YOUR ASSIGNMENT: How does the data below read from its first line through the line containing "#108=IFCINDEXEDPOLYGONALFACE((21,23,24,22));"? Print those lines exactly.
Content starts
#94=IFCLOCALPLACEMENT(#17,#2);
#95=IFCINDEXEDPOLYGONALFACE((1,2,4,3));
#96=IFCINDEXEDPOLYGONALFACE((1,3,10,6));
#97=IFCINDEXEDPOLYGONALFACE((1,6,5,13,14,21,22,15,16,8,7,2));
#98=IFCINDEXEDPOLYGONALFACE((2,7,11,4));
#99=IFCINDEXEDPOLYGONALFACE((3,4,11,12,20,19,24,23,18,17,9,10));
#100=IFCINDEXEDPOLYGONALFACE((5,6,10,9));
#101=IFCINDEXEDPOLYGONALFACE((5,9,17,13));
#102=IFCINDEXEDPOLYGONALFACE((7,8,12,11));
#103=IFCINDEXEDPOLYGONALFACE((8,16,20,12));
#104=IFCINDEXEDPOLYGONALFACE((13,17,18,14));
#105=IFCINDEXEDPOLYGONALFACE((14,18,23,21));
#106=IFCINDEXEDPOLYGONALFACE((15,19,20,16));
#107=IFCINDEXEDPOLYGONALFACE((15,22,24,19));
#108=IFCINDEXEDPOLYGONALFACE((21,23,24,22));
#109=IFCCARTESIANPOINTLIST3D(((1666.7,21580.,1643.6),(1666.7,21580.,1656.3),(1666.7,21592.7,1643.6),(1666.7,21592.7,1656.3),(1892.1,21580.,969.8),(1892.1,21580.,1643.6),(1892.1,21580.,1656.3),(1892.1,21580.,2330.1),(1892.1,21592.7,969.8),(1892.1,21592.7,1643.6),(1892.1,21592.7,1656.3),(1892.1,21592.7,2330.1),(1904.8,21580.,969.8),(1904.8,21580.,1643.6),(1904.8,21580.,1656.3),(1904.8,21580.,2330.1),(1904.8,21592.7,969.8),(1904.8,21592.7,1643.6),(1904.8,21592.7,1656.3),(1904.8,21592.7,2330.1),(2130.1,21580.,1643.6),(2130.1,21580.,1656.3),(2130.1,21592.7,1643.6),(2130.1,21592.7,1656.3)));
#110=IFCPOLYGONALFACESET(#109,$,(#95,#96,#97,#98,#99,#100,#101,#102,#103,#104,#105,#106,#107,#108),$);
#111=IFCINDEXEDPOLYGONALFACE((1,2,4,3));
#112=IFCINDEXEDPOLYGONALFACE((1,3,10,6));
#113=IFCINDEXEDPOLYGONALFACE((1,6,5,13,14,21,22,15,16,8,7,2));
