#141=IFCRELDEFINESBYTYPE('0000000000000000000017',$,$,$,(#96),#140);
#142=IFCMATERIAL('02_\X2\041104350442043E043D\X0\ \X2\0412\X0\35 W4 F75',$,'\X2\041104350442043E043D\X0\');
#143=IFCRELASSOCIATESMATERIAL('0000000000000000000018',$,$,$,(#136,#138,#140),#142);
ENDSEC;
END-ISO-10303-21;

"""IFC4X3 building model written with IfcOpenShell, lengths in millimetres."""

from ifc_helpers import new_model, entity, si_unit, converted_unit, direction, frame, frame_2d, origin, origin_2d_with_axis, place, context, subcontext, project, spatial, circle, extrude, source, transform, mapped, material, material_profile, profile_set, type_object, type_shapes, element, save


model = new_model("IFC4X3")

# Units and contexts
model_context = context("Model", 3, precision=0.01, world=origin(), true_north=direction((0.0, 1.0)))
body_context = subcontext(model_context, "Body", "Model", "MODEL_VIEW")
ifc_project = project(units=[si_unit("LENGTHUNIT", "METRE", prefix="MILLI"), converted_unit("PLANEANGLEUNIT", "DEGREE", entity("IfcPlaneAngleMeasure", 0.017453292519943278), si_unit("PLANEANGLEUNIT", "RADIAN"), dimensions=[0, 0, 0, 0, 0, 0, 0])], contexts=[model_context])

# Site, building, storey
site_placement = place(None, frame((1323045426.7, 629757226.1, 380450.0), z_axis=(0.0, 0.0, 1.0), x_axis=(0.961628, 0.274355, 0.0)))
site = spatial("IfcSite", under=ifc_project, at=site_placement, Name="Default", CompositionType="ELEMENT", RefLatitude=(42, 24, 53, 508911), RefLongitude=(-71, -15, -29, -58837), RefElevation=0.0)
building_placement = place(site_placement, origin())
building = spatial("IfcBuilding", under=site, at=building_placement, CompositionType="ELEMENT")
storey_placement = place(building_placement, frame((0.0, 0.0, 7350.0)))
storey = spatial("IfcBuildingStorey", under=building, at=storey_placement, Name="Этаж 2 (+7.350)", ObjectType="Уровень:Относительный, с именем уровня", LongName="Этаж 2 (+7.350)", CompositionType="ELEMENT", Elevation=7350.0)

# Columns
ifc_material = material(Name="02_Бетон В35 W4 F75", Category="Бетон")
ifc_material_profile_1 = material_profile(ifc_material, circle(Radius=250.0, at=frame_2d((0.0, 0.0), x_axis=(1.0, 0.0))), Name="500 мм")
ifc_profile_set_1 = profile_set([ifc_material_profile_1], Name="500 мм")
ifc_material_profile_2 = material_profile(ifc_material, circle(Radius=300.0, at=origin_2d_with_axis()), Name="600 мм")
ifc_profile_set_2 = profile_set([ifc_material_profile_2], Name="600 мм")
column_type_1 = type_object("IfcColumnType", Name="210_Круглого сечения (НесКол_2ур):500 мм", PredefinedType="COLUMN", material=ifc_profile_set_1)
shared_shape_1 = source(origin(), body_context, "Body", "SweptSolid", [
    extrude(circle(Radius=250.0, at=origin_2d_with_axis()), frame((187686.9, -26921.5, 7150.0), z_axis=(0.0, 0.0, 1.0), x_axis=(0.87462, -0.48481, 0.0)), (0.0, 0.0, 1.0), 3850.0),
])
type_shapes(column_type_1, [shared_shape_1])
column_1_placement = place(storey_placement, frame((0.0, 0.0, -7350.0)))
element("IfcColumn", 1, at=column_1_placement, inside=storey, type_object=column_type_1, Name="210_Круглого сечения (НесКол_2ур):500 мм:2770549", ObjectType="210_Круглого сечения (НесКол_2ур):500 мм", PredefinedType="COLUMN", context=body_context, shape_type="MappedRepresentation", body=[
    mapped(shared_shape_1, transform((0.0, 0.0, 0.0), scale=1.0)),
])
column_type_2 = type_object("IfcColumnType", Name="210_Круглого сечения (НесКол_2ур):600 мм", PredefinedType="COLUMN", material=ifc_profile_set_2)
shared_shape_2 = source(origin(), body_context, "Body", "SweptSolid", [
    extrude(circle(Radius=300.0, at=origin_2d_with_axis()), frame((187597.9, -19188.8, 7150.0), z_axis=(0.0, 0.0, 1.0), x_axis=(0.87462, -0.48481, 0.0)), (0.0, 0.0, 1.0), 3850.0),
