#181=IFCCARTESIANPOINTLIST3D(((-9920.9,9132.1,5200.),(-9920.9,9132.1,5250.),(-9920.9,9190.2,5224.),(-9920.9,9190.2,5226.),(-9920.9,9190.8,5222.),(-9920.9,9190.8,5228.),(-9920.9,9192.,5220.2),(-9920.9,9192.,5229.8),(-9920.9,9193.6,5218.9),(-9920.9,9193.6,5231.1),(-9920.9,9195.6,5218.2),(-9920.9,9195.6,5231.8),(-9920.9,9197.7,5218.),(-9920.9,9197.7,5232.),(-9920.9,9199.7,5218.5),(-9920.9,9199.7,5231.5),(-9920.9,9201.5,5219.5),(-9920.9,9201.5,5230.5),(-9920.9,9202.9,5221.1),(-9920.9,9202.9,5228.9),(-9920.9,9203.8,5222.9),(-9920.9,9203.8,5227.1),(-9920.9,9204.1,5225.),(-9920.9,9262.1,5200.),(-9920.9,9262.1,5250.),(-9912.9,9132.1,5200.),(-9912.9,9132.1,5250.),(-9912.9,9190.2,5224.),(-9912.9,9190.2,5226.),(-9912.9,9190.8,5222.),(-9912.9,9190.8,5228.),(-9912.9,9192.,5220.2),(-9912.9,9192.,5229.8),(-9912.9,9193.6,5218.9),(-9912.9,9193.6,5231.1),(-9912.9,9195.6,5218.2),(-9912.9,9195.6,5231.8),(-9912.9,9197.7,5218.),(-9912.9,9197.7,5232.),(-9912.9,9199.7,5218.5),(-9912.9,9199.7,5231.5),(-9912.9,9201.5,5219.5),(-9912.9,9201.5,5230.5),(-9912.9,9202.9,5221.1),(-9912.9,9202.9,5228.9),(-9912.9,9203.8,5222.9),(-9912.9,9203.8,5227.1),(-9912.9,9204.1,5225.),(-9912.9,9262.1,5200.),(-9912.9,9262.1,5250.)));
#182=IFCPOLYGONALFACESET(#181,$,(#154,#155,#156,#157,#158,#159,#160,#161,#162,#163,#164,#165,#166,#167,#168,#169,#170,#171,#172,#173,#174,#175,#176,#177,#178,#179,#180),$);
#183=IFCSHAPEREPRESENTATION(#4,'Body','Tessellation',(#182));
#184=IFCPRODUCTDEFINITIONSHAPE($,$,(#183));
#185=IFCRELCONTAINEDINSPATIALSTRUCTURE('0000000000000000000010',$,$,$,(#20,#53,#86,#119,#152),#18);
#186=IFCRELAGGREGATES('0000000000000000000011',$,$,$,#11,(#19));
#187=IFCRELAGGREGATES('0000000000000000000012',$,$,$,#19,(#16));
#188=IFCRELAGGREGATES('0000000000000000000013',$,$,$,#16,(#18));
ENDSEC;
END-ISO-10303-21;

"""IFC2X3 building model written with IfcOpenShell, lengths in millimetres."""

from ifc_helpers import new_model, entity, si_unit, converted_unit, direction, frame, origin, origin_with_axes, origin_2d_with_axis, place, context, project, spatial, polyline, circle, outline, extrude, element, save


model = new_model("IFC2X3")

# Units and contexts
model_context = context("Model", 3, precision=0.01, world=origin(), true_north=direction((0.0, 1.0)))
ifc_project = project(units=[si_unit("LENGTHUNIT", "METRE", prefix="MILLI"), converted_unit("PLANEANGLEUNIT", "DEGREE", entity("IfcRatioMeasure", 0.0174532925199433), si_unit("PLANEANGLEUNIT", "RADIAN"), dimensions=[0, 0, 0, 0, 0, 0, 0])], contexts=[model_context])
Content ends
YOUR RESPONSE:
#94=IFCLOCALPLACEMENT(#17,#2);
#95=IFCINDEXEDPOLYGONALFACE((1,2,4,3));
#96=IFCINDEXEDPOLYGONALFACE((1,3,10,6));
#97=IFCINDEXEDPOLYGONALFACE((1,6,5,13,14,21,22,15,16,8,7,2));
#98=IFCINDEXEDPOLYGONALFACE((2,7,11,4));
#99=IFCINDEXEDPOLYGONALFACE((3,4,11,12,20,19,24,23,18,17,9,10));
#100=IFCINDEXEDPOLYGONALFACE((5,6,10,9));
#101=IFCINDEXEDPOLYGONALFACE((5,9,17,13));
#102=IFCINDEXEDPOLYGONALFACE((7,8,12,11));
#103=IFCINDEXEDPOLYGONALFACE((8,16,20,12));
#104=IFCINDEXEDPOLYGONALFACE((13,17,18,14));
#105=IFCINDEXEDPOLYGONALFACE((14,18,23,21));
#106=IFCINDEXEDPOLYGONALFACE((15,19,20,16));
#107=IFCINDEXEDPOLYGONALFACE((15,22,24,19));
#108=IFCINDEXEDPOLYGONALFACE((21,23,24,22));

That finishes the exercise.